Primera jornada

—La enfermedad…

—Las mujeres del pueblo, húmedas de sobacos y anchetas de caderas, contagiaron a tu padre.

—El mal…

—Tu padre me contagió cuando me tomó la noche de mi boda en la troje.

—La corrupción…

—Celestina te pasó el mal de tu padre cuando la tomaste para ti, conmigo, en el alcázar del crimen.

—Entonces también te contagió a ti…

—Yo no volví a tocar a mujer alguna.

—Yo no toqué a mi esposa…

—¿Amaste carnalmente a otra?

—A una novicia que luego amó a uno de estos que llamas tus hijos…

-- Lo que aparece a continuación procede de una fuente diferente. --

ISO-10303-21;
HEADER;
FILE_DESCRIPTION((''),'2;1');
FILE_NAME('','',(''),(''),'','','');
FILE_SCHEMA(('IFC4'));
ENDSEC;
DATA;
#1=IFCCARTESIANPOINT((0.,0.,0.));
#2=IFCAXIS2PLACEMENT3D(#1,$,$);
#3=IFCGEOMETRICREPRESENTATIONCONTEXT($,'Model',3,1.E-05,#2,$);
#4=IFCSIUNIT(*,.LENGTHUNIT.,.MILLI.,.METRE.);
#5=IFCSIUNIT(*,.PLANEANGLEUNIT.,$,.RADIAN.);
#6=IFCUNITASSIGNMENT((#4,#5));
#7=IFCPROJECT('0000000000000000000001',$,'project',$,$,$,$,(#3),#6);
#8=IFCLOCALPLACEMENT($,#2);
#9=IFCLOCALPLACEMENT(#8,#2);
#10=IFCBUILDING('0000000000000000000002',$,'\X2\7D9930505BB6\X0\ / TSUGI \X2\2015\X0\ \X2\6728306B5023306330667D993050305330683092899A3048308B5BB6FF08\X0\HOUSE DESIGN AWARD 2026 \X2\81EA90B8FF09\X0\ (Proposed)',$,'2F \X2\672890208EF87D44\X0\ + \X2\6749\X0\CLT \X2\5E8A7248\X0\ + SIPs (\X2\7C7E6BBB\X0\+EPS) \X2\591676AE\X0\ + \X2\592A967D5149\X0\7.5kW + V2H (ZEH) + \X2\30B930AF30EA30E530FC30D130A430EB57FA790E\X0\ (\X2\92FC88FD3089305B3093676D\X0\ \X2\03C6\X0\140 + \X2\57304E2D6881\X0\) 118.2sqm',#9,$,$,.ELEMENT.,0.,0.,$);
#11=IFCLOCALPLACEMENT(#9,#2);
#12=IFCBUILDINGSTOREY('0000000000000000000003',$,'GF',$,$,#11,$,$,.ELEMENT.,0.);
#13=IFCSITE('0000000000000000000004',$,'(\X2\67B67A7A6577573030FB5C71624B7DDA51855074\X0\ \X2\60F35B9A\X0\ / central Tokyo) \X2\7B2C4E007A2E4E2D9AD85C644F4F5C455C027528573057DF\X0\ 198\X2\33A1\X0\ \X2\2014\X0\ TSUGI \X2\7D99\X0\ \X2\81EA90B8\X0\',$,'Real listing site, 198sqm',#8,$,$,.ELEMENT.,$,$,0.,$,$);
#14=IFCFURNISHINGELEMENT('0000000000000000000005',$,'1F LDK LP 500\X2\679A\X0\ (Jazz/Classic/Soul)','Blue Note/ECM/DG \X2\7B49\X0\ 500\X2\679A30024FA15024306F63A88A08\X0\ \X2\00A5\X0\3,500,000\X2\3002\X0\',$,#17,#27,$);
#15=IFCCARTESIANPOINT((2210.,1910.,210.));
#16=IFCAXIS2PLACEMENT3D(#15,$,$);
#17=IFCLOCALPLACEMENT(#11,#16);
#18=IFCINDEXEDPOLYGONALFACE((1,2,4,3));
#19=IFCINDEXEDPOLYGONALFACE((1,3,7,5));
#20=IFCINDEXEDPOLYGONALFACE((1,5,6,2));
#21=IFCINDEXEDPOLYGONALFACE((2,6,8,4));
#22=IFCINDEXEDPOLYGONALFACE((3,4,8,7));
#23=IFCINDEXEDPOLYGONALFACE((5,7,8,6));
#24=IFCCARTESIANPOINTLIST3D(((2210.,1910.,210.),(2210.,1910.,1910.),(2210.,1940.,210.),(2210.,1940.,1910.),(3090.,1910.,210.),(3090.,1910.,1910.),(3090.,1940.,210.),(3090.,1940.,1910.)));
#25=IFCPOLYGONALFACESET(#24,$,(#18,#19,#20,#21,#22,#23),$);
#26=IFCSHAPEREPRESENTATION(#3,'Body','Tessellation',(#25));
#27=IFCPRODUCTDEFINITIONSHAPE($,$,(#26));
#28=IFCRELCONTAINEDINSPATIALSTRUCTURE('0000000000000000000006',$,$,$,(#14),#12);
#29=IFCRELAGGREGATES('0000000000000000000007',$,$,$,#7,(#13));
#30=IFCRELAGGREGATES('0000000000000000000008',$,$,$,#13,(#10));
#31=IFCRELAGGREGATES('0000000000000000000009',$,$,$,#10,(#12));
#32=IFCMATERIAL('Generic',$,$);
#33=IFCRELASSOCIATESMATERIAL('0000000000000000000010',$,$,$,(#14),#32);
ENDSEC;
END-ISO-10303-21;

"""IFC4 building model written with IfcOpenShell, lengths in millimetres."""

from ifc_helpers import new_model, si_unit, frame, frame_2d, origin, place, context, project, spatial, rectangle, extrude, material, element, save


model = new_model("IFC4")

# Units and contexts
model_context = context("Model", 3, precision=1e-05, world=origin())
ifc_project = project(units=[si_unit("LENGTHUNIT", "METRE", prefix="MILLI"), si_unit("PLANEANGLEUNIT", "RADIAN")], contexts=[model_context])

# Site, building, storey
site_placement = place(None, origin())
site = spatial("IfcSite", under=ifc_project, at=site_placement, Name="(架空敷地・山手線内側 想定 / central Tokyo) 第一種中高層住居専用地域 198㎡ — TSUGI 継 自邸", ObjectType="Real listing site, 198sqm", CompositionType="ELEMENT", RefElevation=0.0)
building_placement = place(site_placement, origin())
building = spatial("IfcBuilding", under=site, at=building_placement, Name="継ぐ家 / TSUGI ― 木に倣って継ぐことを覚える家（HOUSE DESIGN AWARD 2026 自邸） (Proposed)", ObjectType="2F 木造軸組 + 杉CLT 床版 + SIPs (籾殻+EPS) 外皮 + 太陽光7.5kW + V2H (ZEH) + スクリューパイル基礎 (鋼製らせん杭 φ140 + 地中梁) 118.2sqm", CompositionType="ELEMENT", ElevationOfRefHeight=0.0, ElevationOfTerrain=0.0)
storey_placement = place(building_placement, origin())
storey = spatial("IfcBuildingStorey", under=building, at=storey_placement, Name="GF", CompositionType="ELEMENT", Elevation=0.0)

# Shared definitions
ifc_material_1 = material(Name="Generic")

# Furnishing element
furnishing_1_placement = place(storey_placement, frame((2210.0, 1910.0, 210.0)))
element("IfcFurnishingElement", 1, at=furnishing_1_placement, inside=storey, material=ifc_material_1, Name="1F LDK LP 500枚 (Jazz/Classic/Soul)", Description="Blue Note/ECM/DG 等 500枚。価値は推計 ¥3,500,000。", context=model_context, shape_type="SweptSolid", body=[
    extrude(rectangle(XDim=880.0, YDim=30.0, at=frame_2d((440.0, 15.0))), frame((2210.0, 1910.0, 210.0)), (0.0, 0.0, 1.0), 1700.0),
])

save(model, "model.ifc")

—Mis hijos son incorruptibles…

—Mas son hijos de la corrupción: hermanos…

—Por su destino, no por su sangre.

—No, Ludovico, por lo menos dos de ellos son hijos de mi padre…

—¿Cómo saber?

—El hijo de Celestina es hijo de mi padre.

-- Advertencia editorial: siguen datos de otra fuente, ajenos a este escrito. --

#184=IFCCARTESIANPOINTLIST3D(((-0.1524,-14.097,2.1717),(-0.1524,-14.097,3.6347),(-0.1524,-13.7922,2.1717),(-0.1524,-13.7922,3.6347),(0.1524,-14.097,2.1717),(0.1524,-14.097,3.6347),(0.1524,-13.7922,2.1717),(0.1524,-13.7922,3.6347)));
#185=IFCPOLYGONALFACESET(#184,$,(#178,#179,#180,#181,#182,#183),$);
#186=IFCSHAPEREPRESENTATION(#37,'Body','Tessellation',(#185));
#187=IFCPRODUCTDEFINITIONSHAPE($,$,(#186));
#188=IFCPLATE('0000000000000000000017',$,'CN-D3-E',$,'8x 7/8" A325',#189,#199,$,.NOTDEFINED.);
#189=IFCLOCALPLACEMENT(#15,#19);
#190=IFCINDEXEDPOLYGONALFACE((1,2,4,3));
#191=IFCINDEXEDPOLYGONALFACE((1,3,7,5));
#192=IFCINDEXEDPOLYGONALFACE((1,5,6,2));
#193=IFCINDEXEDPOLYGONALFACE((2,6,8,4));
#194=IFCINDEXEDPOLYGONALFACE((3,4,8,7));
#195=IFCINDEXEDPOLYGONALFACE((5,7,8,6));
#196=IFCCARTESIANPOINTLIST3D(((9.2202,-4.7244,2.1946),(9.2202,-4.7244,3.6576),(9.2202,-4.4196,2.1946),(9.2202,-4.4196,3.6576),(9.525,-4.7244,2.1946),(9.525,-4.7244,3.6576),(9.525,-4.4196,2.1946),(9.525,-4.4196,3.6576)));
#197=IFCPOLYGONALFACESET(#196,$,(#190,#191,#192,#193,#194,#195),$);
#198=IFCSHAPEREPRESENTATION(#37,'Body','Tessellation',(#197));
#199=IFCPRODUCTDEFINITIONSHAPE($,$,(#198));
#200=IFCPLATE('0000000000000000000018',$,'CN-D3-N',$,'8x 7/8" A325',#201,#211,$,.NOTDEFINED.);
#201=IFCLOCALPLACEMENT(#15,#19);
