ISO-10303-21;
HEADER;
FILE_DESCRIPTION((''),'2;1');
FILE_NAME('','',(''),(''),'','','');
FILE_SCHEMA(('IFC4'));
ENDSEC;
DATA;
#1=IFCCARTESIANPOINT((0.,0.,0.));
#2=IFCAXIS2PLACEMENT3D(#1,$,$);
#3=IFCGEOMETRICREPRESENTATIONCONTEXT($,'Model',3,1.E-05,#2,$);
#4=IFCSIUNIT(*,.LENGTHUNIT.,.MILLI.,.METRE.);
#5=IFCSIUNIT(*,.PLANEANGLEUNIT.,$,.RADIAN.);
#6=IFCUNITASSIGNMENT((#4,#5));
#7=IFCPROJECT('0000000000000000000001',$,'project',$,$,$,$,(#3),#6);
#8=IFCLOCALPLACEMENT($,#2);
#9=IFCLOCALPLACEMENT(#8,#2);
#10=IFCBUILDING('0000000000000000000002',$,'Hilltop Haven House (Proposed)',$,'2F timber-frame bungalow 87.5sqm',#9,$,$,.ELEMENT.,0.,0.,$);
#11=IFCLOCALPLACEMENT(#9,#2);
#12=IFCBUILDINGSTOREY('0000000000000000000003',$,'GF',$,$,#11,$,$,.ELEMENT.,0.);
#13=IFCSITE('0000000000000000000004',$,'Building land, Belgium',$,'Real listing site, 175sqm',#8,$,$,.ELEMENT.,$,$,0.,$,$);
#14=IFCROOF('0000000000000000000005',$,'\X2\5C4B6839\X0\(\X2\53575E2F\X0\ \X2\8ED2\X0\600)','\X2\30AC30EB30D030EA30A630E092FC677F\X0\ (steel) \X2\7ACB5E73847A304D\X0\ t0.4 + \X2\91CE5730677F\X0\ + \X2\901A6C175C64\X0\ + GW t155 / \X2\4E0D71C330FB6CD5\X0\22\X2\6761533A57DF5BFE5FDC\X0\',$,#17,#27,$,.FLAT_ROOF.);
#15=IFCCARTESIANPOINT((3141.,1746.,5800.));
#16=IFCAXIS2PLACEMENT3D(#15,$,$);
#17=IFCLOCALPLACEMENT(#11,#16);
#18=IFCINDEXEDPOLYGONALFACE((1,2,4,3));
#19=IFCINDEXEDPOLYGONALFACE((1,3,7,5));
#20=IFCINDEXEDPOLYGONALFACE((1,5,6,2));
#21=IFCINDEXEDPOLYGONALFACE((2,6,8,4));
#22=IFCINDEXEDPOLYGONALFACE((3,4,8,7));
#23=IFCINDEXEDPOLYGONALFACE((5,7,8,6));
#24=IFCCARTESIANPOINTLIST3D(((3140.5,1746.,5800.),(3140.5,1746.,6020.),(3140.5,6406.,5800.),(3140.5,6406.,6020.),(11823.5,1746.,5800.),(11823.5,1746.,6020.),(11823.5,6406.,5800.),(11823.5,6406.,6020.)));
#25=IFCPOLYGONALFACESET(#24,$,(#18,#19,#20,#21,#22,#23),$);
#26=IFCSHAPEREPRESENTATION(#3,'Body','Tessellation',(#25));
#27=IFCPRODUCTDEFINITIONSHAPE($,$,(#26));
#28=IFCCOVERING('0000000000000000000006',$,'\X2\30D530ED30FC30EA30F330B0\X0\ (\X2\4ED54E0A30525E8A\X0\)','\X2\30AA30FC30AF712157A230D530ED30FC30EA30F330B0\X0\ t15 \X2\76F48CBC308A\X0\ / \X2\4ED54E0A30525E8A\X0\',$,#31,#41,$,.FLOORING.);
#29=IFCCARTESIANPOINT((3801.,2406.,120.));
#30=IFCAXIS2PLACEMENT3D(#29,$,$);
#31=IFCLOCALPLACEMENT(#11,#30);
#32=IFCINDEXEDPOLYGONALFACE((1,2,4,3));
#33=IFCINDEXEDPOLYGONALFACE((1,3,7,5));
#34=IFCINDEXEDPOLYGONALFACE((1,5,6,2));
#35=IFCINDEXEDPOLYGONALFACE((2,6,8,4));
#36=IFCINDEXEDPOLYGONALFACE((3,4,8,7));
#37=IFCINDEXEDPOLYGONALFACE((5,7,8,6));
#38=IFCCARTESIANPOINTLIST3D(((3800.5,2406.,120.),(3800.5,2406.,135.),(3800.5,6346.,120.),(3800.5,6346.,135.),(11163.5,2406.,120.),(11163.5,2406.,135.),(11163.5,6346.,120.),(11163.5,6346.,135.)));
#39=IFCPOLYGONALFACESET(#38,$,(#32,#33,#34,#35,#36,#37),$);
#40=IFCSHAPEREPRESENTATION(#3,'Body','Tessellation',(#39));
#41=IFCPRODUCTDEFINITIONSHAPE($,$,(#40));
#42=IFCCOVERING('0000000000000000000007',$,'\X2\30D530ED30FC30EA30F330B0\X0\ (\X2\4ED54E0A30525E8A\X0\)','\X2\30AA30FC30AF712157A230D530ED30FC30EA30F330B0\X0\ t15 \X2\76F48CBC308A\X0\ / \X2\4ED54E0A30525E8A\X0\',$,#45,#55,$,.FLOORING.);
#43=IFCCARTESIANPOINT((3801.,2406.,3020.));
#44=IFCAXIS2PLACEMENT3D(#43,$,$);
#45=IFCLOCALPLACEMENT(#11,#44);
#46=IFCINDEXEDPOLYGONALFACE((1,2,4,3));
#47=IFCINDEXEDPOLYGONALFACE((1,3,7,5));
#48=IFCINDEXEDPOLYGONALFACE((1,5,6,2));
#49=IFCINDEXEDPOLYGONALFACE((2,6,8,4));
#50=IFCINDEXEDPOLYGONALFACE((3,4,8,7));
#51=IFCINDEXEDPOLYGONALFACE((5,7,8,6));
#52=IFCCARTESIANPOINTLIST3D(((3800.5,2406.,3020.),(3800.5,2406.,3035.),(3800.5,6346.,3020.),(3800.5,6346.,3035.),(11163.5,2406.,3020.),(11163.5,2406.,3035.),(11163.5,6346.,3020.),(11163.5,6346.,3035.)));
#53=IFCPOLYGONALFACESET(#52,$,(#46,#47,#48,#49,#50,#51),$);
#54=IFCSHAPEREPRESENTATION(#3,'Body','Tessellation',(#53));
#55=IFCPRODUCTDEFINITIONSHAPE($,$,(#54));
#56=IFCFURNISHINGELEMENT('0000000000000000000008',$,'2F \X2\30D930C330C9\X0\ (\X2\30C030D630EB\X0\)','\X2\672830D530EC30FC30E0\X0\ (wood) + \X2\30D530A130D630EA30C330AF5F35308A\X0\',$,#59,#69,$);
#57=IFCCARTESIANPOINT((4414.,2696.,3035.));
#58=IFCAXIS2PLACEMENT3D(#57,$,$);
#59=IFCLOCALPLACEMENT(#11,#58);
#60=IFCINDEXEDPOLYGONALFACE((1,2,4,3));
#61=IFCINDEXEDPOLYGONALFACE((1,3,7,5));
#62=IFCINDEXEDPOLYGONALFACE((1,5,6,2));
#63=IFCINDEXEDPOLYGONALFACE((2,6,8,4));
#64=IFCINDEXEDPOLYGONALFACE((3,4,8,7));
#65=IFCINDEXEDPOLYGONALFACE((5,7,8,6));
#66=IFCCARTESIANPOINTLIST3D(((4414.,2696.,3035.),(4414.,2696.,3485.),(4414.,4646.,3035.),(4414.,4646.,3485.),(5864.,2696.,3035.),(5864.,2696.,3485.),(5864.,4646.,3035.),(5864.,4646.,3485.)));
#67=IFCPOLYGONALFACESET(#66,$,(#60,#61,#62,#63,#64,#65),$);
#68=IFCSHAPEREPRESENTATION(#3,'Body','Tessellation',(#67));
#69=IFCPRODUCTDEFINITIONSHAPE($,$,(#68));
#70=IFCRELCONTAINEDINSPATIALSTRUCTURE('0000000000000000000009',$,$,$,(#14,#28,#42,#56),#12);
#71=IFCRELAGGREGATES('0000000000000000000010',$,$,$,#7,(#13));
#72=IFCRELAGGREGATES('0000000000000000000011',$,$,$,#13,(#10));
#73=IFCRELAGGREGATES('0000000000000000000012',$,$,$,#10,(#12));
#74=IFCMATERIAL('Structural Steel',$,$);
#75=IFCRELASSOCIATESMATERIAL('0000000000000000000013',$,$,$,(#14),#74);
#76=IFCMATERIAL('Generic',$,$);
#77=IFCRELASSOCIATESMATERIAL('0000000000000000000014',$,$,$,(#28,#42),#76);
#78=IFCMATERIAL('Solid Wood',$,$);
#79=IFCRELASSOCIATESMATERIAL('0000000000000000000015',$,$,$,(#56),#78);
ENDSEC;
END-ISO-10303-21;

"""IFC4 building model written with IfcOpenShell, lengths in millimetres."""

from ifc_helpers import new_model, si_unit, frame, frame_2d, origin, place, context, project, spatial, rectangle, extrude, material, element, save


model = new_model("IFC4")

# Units and contexts
model_context = context("Model", 3, precision=1e-05, world=origin())
ifc_project = project(units=[si_unit("LENGTHUNIT", "METRE", prefix="MILLI"), si_unit("PLANEANGLEUNIT", "RADIAN")], contexts=[model_context])

# Site, building, storey
site_placement = place(None, origin())
site = spatial("IfcSite", under=ifc_project, at=site_placement, Name="Building land, Belgium", ObjectType="Real listing site, 175sqm", CompositionType="ELEMENT", RefElevation=0.0)
building_placement = place(site_placement, origin())
building = spatial("IfcBuilding", under=site, at=building_placement, Name="Hilltop Haven House (Proposed)", ObjectType="2F timber-frame bungalow 87.5sqm", CompositionType="ELEMENT", ElevationOfRefHeight=0.0, ElevationOfTerrain=0.0)
storey_placement = place(building_placement, origin())
storey = spatial("IfcBuildingStorey", under=building, at=storey_placement, Name="GF", CompositionType="ELEMENT", Elevation=0.0)

# Shared definitions
ifc_material_1 = material(Name="Solid Wood")

# Roof
ifc_material_2 = material(Name="Structural Steel")
for number, where, name in (
    (1, (3141.0, 1746.0, 5800.0), "屋根(南帯 軒600)"),
):
    element("IfcRoof", number, at=place(storey_placement, frame(where)), inside=storey, material=ifc_material_2, Name=name, Description="ガルバリウム鋼板 (steel) 立平葺き t0.4 + 野地板 + 通気層 + GW t155 / 不燃・法22条区域対応", PredefinedType="FLAT_ROOF", context=model_context, shape_type="SweptSolid", body=[
        extrude(rectangle(XDim=8683.0, YDim=4660.0, at=frame_2d((4341.0, 2330.0))), frame((3141.0, 1746.0, 5800.0)), (0.0, 0.0, 1.0), 220.0),
    ])

# Coverings
ifc_material_3 = material(Name="Generic")
covering_1_placement = place(storey_placement, frame((3801.0, 2406.0, 120.0)))
element("IfcCovering", 2, at=covering_1_placement, inside=storey, material=ifc_material_3, Name="フローリング (仕上げ床)", Description="オーク無垢フローリング t15 直貼り / 仕上げ床", PredefinedType="FLOORING", context=model_context, shape_type="SweptSolid", body=[
    extrude(rectangle(XDim=7363.0, YDim=3940.0, at=frame_2d((3681.0, 1970.0))), frame((3801.0, 2406.0, 120.0)), (0.0, 0.0, 1.0), 15.0),
])
covering_2_placement = place(storey_placement, frame((3801.0, 2406.0, 3020.0)))
element("IfcCovering", 3, at=covering_2_placement, inside=storey, material=ifc_material_3, Name="フローリング (仕上げ床)", Description="オーク無垢フローリング t15 直貼り / 仕上げ床", PredefinedType="FLOORING", context=model_context, shape_type="SweptSolid", body=[
    extrude(rectangle(XDim=7363.0, YDim=3940.0, at=frame_2d((3681.0, 1970.0))), frame((3801.0, 2406.0, 3020.0)), (0.0, 0.0, 1.0), 15.0),
])

# Furnishing element
furnishing_placement = place(storey_placement, frame((4414.0, 2696.0, 3035.0)))
element("IfcFurnishingElement", 4, at=furnishing_placement, inside=storey, material=ifc_material_1, Name="2F ベッド (ダブル)", Description="木フレーム (wood) + ファブリック張り", context=model_context, shape_type="SweptSolid", body=[
    extrude(rectangle(XDim=1450.0, YDim=1950.0, at=frame_2d((725.0, 975.0))), frame((4414.0, 2696.0, 3035.0)), (0.0, 0.0, 1.0), 450.0),
])

save(model, "model.ifc")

—Copulé con tres viejos en el bosque, Felipe; contigo, con Ludovico; con el demonio…

—No sería tan oscuro el enigma si los tres hubiesen nacido al mismo tiempo y del mismo vientre, como todos los hermanos antiguos.

—Y el hijo de la loba es hijo de mi padre…

—Pero éstos… mi voluntad los ha hecho hermanos: mis hijos.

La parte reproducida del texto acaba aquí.